CBW-IMPACTT Microbiome Analysis Module 6 Lab Answers
## Question 1: How many low quality sequences have been removed?
5565 low quality reads were removed.
## Question 2: How has the per read sequence quality curve changed?
From the Trimmomatic step, the tail of quality curve has been compressed to left, indicating that many lower quality reads were removed.
## Question 3: Can you find how many unique reads there are?
Stated in the CD-HIT output, there are 85377 unique reads in this file. As mentioned in the tutorial, in your own data, you might find a much lower number of unique reads.
## Question 4: Can you find how many reads BWA mapped to the vector database?
234 reads mapped to the vector database.
## Question 5: How many reads did BWA and BLAT align to the mouse host sequence database?
BWA found 1066 host reads and BLAT found 6 host reads.
## Question 6: How many rRNA sequences were identified? How many reads are now remaining?
2249 reads were identified as rRNA and 81822 reads remain.
## Question 7: How many putative mRNA sequences were identified? How many unique mRNA sequences?
81822 putative mRNA reads and 82741 unique mRNA reads.
## Question 8: How many total contaminant, host, and rRNA reads were filtered out?
17259 reads were filtered out.
## Question 9: How many different genera did kaiju find within our sample?
1128 genera were found.
## Question 10: What is the most abundant family in our dataset? What is the most abundant phylum?
The most abundant family is Oscillibacter, and Firmicutes is the most abundant phylum.
## Question 11: How many assemblies did SPAdes produce?
SPAdes produced 1084 assemblies.
## Question 12: How many reads were not used in contig assembly? How many reads were used in contig assembly? How many contigs did we generate?
59658 reads were not used, 23083 reads were used, and 1084 contigs were generated.
## Question 13: How many reads were mapped in each step? How many genes were the reads mapped to? How many proteins were the genes mapped to?

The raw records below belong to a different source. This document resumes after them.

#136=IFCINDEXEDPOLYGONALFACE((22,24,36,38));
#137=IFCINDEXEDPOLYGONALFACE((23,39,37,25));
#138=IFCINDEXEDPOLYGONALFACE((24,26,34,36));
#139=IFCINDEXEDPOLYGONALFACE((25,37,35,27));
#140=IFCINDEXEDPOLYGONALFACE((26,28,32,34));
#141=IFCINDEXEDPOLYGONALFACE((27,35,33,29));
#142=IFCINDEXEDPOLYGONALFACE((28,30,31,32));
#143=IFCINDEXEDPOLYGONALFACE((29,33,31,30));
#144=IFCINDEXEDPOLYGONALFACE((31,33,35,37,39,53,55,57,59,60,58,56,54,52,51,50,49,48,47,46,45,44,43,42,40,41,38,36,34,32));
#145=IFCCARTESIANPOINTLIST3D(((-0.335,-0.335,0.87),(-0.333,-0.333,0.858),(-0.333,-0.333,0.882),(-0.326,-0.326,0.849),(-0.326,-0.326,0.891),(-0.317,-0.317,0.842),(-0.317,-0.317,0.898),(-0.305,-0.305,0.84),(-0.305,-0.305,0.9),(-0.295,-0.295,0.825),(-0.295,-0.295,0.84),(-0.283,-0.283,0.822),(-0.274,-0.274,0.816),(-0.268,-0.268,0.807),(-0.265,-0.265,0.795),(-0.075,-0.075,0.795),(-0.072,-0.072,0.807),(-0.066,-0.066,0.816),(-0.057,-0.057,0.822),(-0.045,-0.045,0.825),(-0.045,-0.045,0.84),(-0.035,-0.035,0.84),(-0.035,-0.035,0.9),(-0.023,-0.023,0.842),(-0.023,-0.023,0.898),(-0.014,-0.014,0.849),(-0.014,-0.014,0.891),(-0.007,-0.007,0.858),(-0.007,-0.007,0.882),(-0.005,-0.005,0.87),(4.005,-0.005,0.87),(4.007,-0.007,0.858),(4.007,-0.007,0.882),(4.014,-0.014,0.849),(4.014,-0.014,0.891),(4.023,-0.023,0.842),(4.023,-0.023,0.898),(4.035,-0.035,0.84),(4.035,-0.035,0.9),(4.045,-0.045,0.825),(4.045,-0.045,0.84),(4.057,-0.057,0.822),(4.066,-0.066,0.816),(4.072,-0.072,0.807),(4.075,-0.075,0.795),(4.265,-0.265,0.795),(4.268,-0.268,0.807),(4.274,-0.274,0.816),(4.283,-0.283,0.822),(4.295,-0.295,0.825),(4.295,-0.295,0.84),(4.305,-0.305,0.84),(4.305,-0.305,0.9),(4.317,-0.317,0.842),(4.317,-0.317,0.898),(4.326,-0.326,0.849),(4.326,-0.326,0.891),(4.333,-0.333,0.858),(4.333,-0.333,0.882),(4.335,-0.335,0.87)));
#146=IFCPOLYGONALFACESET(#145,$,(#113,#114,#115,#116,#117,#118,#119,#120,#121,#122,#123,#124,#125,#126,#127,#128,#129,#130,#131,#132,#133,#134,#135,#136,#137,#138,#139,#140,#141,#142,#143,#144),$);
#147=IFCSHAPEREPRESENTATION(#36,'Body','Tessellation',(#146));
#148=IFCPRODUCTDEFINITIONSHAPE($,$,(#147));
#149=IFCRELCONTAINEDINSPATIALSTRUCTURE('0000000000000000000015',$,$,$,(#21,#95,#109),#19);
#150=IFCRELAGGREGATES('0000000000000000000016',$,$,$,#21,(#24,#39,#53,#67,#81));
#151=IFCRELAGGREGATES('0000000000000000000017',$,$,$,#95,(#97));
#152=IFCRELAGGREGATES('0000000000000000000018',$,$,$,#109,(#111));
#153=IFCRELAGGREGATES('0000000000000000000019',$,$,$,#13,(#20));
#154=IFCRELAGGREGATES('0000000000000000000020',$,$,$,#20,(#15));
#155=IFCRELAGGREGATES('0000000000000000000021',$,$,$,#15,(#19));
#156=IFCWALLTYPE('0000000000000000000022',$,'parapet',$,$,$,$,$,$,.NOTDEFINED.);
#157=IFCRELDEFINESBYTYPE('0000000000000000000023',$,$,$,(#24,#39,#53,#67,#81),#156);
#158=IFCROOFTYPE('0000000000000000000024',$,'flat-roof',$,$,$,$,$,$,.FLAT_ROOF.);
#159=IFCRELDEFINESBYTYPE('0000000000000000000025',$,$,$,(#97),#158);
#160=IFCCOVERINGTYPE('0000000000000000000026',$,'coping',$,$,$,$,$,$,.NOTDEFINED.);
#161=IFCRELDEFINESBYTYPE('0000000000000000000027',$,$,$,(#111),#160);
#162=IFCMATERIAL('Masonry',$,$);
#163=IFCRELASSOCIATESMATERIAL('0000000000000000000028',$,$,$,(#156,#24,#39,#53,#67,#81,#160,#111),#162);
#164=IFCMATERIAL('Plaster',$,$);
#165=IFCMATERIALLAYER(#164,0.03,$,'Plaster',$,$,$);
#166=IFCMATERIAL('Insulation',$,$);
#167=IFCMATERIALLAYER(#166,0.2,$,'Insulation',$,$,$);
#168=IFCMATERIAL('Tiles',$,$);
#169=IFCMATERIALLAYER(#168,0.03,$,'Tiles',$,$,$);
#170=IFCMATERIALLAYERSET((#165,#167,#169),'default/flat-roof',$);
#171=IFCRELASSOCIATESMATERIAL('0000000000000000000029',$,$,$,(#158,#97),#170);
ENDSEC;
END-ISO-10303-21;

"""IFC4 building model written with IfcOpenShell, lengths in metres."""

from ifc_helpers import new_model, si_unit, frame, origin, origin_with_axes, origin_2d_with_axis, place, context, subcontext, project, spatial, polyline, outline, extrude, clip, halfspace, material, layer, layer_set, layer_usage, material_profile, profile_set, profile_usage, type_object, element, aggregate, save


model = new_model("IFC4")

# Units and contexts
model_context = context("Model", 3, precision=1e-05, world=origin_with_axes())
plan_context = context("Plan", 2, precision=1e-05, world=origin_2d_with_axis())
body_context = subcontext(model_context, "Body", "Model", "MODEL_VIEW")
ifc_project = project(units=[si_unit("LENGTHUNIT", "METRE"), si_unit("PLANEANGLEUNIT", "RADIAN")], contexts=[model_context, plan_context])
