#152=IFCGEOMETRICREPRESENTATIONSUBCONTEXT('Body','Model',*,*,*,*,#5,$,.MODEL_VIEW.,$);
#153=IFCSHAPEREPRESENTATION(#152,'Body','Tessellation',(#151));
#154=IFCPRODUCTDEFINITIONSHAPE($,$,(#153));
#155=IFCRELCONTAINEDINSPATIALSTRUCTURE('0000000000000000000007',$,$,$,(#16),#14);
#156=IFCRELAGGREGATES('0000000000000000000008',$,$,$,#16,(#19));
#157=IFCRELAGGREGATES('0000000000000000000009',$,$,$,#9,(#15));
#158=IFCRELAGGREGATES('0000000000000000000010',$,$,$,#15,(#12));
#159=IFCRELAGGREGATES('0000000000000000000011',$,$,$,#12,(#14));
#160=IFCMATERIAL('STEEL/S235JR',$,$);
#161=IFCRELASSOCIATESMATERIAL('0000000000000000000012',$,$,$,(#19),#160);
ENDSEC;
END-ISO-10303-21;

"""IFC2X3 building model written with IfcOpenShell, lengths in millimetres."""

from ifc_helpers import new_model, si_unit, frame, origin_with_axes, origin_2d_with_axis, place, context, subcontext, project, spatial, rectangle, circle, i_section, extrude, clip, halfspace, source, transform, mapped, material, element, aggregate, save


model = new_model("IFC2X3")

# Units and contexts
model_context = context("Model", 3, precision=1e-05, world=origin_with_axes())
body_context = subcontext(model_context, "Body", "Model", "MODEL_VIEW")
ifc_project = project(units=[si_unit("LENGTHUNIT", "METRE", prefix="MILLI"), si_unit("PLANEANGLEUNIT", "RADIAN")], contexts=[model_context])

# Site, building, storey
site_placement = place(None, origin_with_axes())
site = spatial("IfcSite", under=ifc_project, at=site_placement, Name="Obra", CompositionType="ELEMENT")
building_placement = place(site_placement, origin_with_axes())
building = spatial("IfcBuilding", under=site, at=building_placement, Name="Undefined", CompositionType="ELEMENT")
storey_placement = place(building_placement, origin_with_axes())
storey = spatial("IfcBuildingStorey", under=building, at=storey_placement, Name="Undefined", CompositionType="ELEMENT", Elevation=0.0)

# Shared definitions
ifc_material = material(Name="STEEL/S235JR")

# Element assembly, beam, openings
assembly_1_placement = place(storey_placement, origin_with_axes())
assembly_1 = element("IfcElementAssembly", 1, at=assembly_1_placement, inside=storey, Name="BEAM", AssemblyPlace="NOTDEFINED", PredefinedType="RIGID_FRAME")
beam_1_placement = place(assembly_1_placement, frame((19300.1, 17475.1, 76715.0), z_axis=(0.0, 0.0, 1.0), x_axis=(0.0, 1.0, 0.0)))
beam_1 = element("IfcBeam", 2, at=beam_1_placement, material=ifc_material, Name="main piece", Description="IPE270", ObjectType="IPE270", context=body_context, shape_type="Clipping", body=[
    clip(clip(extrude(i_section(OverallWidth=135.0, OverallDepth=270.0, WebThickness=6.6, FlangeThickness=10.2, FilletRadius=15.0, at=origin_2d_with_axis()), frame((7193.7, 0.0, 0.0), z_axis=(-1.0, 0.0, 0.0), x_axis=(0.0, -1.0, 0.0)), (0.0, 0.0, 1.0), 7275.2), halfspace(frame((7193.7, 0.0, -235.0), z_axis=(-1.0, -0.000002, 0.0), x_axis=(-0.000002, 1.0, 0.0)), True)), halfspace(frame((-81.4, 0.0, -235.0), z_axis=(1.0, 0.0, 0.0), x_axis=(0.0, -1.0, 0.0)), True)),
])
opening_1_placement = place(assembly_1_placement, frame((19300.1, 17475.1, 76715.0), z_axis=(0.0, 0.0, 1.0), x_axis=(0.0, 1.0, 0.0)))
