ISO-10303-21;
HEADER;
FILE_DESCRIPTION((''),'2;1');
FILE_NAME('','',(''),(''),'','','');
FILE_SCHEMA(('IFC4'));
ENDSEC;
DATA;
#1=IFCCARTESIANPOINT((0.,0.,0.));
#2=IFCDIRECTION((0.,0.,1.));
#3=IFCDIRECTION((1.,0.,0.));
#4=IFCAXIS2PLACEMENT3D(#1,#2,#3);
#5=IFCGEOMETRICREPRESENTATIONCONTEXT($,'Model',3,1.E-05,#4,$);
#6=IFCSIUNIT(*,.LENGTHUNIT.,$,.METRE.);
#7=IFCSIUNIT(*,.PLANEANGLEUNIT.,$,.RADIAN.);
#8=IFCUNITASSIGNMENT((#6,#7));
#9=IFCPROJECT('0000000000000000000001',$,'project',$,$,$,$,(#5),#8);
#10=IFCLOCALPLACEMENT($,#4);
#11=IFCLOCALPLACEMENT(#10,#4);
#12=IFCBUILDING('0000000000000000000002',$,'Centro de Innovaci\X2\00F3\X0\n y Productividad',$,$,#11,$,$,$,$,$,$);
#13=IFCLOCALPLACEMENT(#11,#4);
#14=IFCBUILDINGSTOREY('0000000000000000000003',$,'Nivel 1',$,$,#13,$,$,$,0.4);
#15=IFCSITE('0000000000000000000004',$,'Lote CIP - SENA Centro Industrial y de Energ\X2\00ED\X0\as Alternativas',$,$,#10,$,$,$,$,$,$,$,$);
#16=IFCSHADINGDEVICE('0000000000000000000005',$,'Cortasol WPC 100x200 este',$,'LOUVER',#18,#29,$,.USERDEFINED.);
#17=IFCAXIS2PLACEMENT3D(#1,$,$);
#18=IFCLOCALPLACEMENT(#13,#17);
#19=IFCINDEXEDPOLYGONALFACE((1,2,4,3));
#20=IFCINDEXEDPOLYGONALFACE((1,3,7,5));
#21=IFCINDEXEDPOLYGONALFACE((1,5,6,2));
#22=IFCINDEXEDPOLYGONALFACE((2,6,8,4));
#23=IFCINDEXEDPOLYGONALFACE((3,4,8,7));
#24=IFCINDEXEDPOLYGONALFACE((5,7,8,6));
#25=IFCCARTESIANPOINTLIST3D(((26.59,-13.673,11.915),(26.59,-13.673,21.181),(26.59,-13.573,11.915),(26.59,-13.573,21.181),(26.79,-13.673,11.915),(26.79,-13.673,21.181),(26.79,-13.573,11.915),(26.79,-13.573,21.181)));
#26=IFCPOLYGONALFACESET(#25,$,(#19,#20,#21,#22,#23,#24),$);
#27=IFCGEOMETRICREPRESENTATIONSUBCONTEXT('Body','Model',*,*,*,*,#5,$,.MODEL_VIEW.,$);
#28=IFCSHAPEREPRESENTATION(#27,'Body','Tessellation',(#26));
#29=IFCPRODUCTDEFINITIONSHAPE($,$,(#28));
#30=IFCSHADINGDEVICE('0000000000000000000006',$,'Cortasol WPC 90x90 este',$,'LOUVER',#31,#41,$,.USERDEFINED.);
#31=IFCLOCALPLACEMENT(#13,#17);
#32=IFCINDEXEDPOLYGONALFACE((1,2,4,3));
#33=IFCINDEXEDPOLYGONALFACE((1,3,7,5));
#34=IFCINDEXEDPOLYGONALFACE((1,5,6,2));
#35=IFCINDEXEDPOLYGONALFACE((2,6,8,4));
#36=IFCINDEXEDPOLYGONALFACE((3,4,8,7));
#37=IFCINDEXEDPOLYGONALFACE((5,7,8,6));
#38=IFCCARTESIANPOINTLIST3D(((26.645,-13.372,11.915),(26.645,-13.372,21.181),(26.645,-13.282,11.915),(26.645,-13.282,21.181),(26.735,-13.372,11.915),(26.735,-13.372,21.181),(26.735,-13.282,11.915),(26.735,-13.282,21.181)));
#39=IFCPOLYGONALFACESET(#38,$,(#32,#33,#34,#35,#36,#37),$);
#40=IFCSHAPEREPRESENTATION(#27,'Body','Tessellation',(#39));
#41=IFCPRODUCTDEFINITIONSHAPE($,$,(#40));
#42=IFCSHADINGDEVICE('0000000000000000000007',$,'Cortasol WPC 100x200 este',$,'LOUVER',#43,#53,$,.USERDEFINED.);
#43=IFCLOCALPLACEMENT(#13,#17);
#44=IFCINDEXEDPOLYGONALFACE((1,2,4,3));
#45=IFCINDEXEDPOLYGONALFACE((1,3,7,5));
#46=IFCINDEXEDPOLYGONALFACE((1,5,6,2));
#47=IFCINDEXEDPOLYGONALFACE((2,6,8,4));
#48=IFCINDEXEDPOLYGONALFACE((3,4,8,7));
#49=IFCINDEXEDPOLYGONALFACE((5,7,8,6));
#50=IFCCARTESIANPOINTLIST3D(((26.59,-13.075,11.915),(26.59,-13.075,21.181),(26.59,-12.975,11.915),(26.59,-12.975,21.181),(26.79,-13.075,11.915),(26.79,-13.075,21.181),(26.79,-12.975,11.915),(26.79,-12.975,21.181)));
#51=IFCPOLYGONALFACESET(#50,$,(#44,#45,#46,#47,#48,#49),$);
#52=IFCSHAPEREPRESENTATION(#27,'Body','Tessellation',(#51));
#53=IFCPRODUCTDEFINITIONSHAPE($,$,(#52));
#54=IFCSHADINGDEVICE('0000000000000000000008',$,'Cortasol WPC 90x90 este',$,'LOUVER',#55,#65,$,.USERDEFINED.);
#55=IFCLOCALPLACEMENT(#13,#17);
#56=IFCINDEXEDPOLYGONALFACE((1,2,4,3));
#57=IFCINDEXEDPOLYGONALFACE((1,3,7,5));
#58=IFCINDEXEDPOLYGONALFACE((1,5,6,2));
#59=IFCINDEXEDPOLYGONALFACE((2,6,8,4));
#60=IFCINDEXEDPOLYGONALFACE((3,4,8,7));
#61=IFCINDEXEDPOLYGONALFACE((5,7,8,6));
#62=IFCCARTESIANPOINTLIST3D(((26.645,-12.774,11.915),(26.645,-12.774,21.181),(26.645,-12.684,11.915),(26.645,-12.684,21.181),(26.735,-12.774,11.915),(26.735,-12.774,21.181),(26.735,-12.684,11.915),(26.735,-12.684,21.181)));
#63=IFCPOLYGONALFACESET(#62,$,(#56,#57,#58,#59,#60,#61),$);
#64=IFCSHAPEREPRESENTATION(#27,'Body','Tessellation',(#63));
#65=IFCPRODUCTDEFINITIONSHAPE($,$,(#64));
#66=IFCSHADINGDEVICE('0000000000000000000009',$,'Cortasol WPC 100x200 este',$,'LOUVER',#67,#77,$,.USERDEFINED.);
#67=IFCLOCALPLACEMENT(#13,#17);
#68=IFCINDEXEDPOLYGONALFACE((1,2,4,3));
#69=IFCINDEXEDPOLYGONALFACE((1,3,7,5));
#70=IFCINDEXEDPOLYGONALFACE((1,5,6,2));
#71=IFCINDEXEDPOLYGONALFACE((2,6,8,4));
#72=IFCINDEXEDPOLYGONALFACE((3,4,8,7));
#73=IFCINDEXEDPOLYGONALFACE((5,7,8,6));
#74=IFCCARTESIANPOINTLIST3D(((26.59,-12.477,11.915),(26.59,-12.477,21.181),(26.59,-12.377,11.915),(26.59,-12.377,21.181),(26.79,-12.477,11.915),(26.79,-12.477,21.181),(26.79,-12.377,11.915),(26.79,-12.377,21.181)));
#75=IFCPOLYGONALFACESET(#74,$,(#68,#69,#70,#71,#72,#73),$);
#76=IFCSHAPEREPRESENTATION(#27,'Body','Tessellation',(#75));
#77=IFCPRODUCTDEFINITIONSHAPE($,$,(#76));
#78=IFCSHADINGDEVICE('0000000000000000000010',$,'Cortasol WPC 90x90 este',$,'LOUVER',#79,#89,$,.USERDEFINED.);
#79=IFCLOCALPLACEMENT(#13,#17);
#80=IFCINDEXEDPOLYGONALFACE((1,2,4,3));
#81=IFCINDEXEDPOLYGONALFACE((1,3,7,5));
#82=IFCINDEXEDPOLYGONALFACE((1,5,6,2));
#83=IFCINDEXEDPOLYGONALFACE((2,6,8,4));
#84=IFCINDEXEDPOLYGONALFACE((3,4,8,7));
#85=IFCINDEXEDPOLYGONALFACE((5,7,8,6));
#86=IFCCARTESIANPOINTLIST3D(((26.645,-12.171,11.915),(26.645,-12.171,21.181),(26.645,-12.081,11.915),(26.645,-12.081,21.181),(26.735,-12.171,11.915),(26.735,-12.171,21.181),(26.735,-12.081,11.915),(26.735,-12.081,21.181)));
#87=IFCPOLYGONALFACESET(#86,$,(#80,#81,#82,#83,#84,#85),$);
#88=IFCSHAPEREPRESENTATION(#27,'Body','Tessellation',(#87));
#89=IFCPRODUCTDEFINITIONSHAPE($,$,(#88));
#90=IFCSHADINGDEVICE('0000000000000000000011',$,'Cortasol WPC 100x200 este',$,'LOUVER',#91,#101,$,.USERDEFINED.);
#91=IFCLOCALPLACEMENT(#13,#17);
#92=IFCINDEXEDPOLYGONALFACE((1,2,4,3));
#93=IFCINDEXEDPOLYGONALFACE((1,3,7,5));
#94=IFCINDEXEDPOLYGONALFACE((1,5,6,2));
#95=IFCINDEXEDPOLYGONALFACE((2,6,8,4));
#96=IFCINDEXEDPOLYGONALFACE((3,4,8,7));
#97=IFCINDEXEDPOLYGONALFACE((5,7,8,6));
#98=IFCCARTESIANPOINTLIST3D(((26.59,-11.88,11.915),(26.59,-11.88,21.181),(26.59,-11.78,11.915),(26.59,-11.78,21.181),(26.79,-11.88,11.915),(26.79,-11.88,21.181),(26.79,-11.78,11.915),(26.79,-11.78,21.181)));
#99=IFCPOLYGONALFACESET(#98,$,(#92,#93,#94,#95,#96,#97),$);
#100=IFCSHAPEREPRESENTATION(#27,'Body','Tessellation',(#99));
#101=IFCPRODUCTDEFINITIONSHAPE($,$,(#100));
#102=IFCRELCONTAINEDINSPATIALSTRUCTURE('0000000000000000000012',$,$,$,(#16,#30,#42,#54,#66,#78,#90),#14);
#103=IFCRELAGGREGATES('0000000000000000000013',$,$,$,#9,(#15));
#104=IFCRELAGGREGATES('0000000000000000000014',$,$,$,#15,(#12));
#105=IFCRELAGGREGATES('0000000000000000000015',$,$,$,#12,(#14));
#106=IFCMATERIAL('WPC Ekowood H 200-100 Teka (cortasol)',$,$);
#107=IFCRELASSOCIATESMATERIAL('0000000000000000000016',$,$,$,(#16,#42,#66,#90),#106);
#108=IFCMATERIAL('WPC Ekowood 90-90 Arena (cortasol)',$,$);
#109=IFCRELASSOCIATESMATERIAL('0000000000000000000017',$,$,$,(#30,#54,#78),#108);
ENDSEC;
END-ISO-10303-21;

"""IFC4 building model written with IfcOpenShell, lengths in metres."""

from ifc_helpers import new_model, si_unit, frame, origin_with_axes, place, context, subcontext, project, spatial, polyline, outline, extrude, material, element, save


model = new_model("IFC4")

# Units and contexts
model_context = context("Model", 3, precision=1e-05, world=origin_with_axes())
body_context = subcontext(model_context, "Body", "Model", "MODEL_VIEW")
ifc_project = project(units=[si_unit("LENGTHUNIT", "METRE"), si_unit("PLANEANGLEUNIT", "RADIAN")], contexts=[model_context])

# Site, building, storey
site_placement = place(None, origin_with_axes())
site = spatial("IfcSite", under=ifc_project, at=site_placement, Name="Lote CIP - SENA Centro Industrial y de Energías Alternativas")
building_placement = place(site_placement, origin_with_axes())
building = spatial("IfcBuilding", under=site, at=building_placement, Name="Centro de Innovación y Productividad")
storey_placement = place(building_placement, origin_with_axes())
storey = spatial("IfcBuildingStorey", under=building, at=storey_placement, Name="Nivel 1", Elevation=0.4)

# Shading devices
ifc_material_1 = material(Name="WPC Ekowood 90-90 Arena (cortasol)")
ifc_material_2 = material(Name="WPC Ekowood H 200-100 Teka (cortasol)")
shading_device_1_placement = place(storey_placement, origin_with_axes())
element("IfcShadingDevice", 1, at=shading_device_1_placement, inside=storey, material=ifc_material_2, Name="Cortasol WPC 100x200 este", ObjectType="LOUVER", PredefinedType="USERDEFINED", context=body_context, shape_type="SweptSolid", body=[
    extrude(outline(polyline([(26.79, -13.673), (26.59, -13.673), (26.59, -13.573), (26.79, -13.573), (26.79, -13.673)])), frame((0.0, 0.0, 11.915)), (0.0, 0.0, 1.0), 9.266),
])
shading_device_2_placement = place(storey_placement, origin_with_axes())
element("IfcShadingDevice", 2, at=shading_device_2_placement, inside=storey, material=ifc_material_1, Name="Cortasol WPC 90x90 este", ObjectType="LOUVER", PredefinedType="USERDEFINED", context=body_context, shape_type="SweptSolid", body=[
    extrude(outline(polyline([(26.735, -13.372), (26.645, -13.372), (26.645, -13.282), (26.735, -13.282), (26.735, -13.372)])), frame((0.0, 0.0, 11.915)), (0.0, 0.0, 1.0), 9.266),
])
shading_device_3_placement = place(storey_placement, origin_with_axes())
element("IfcShadingDevice", 3, at=shading_device_3_placement, inside=storey, material=ifc_material_2, Name="Cortasol WPC 100x200 este", ObjectType="LOUVER", PredefinedType="USERDEFINED", context=body_context, shape_type="SweptSolid", body=[
    extrude(outline(polyline([(26.79, -13.075), (26.59, -13.075), (26.59, -12.975), (26.79, -12.975), (26.79, -13.075)])), frame((0.0, 0.0, 11.915)), (0.0, 0.0, 1.0), 9.266),
])
shading_device_4_placement = place(storey_placement, origin_with_axes())
element("IfcShadingDevice", 4, at=shading_device_4_placement, inside=storey, material=ifc_material_1, Name="Cortasol WPC 90x90 este", ObjectType="LOUVER", PredefinedType="USERDEFINED", context=body_context, shape_type="SweptSolid", body=[
    extrude(outline(polyline([(26.735, -12.774), (26.645, -12.774), (26.645, -12.684), (26.735, -12.684), (26.735, -12.774)])), frame((0.0, 0.0, 11.915)), (0.0, 0.0, 1.0), 9.266),
])
shading_device_5_placement = place(storey_placement, origin_with_axes())
element("IfcShadingDevice", 5, at=shading_device_5_placement, inside=storey, material=ifc_material_2, Name="Cortasol WPC 100x200 este", ObjectType="LOUVER", PredefinedType="USERDEFINED", context=body_context, shape_type="SweptSolid", body=[
    extrude(outline(polyline([(26.79, -12.477), (26.59, -12.477), (26.59, -12.377), (26.79, -12.377), (26.79, -12.477)])), frame((0.0, 0.0, 11.915)), (0.0, 0.0, 1.0), 9.266),
])
shading_device_6_placement = place(storey_placement, origin_with_axes())
element("IfcShadingDevice", 6, at=shading_device_6_placement, inside=storey, material=ifc_material_1, Name="Cortasol WPC 90x90 este", ObjectType="LOUVER", PredefinedType="USERDEFINED", context=body_context, shape_type="SweptSolid", body=[
    extrude(outline(polyline([(26.735, -12.171), (26.645, -12.171), (26.645, -12.081), (26.735, -12.081), (26.735, -12.171)])), frame((0.0, 0.0, 11.915)), (0.0, 0.0, 1.0), 9.266),
])
shading_device_7_placement = place(storey_placement, origin_with_axes())
element("IfcShadingDevice", 7, at=shading_device_7_placement, inside=storey, material=ifc_material_2, Name="Cortasol WPC 100x200 este", ObjectType="LOUVER", PredefinedType="USERDEFINED", context=body_context, shape_type="SweptSolid", body=[
    extrude(outline(polyline([(26.79, -11.88), (26.59, -11.88), (26.59, -11.78), (26.79, -11.78), (26.79, -11.88)])), frame((0.0, 0.0, 11.915)), (0.0, 0.0, 1.0), 9.266),
])

save(model, "model.ifc")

Since this section was not run, the answer is given to you in case you wanted to try these later.
## Question 14: How many unique enzyme functions were identified in our dataset?
1016 unique enzyme functions were identified.
## Question 15: Using excel, have a look at the `mouse1_RPKM.txt` file. What are the most highly expressed genes? Which phylum appears most active?
The two highest expressing features are flagellin proteins. Firmicutes looks to be the most active phylum.
## Visualization Questions
In the format of ec00010/ ec00500. These questions are more open-ended, but some example answers are included.
glyceraldehyde-3-phosphate dehydrogenase/ glucose-1-phosphate adenylyltransferase
Oscillospiraceae / Oscillospiraceae
Ex. The cluster of ec00010:58, ec00010:59, and ec00010:145 have higher Clostridia expression.
---
All three enzymes are involved with fructose phosphorylation.
The homologs across these different bacteria may not all function in the exact same way.